Work instruction ::
Given the listing that follows, report all lines in which the string "IFCLOCALPLACEMENT" occurs.

Extracted records ::
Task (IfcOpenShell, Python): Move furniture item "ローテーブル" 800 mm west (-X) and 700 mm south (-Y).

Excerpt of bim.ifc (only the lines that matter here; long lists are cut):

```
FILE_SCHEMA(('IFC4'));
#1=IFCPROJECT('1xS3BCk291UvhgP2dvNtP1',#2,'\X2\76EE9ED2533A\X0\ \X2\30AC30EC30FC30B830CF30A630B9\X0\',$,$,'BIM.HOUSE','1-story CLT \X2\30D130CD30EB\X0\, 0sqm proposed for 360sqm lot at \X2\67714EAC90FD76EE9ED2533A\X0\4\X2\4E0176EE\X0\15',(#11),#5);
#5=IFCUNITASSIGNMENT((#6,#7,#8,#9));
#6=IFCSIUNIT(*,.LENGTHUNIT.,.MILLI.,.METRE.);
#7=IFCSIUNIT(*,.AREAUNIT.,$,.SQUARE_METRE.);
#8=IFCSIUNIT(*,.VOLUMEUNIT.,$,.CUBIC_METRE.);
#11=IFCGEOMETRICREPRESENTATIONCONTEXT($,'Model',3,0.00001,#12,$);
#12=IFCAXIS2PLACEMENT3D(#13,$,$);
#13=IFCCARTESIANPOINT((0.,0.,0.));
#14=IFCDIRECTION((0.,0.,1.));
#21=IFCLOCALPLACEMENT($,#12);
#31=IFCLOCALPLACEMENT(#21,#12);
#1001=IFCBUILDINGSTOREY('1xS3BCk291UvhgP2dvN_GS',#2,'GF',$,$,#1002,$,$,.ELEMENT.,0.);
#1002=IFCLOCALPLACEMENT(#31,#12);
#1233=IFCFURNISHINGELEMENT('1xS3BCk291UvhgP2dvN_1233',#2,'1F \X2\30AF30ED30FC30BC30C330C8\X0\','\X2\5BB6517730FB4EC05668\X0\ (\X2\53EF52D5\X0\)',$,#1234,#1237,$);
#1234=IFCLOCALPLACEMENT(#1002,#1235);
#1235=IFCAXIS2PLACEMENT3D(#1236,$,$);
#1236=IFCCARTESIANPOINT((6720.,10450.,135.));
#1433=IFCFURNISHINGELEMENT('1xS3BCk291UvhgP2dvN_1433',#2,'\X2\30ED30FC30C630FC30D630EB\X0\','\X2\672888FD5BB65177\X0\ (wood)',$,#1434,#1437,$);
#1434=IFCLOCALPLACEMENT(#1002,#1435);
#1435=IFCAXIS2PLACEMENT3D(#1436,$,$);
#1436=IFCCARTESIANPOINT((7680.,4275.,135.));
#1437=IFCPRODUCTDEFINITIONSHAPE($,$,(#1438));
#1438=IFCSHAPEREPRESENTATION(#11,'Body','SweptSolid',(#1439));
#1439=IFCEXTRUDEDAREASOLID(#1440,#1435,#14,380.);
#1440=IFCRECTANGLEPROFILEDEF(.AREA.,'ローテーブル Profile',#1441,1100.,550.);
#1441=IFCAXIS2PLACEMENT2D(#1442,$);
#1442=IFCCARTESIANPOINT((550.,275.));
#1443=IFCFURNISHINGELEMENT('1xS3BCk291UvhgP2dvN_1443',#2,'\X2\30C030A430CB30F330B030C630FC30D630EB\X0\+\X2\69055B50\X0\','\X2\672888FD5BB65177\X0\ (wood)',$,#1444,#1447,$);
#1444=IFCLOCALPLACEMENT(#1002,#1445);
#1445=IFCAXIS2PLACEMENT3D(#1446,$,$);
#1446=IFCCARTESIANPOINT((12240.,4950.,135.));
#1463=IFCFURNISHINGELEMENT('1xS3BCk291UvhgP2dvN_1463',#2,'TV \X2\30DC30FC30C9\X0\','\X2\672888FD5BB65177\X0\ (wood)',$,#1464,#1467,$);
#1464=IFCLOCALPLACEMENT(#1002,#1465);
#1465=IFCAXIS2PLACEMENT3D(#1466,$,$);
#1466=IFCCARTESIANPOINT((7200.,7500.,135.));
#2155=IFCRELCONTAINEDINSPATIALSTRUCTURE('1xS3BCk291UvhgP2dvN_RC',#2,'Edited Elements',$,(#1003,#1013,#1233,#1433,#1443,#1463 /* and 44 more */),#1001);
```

```python
import ifcopenshell
import ifcopenshell.api.geometry
import ifcopenshell.util.placement
import ifcopenshell.util.unit

model = ifcopenshell.open("bim.ifc")
unit_scale = ifcopenshell.util.unit.calculate_unit_scale(model)

item = model.by_guid("1xS3BCk291UvhgP2dvN_1433")
matrix = ifcopenshell.util.placement.get_local_placement(item.ObjectPlacement)
matrix[0, 3] -= 0.8 / unit_scale
matrix[1, 3] -= 0.7 / unit_scale
ifcopenshell.api.geometry.edit_object_placement(model, product=item, matrix=matrix, is_si=False)

print(ifcopenshell.util.placement.get_local_placement(item.ObjectPlacement).round(3) + 0.0)

model.write("bim_edited.ifc")
```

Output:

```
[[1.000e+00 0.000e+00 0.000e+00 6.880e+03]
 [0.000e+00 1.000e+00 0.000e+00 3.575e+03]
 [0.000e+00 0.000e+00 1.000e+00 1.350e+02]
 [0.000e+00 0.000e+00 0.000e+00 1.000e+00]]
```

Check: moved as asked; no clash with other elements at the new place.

Task answer ::
#21=IFCLOCALPLACEMENT($,#12);
#31=IFCLOCALPLACEMENT(#21,#12);
#1002=IFCLOCALPLACEMENT(#31,#12);
#1234=IFCLOCALPLACEMENT(#1002,#1235);
#1434=IFCLOCALPLACEMENT(#1002,#1435);
#1444=IFCLOCALPLACEMENT(#1002,#1445);
#1464=IFCLOCALPLACEMENT(#1002,#1465);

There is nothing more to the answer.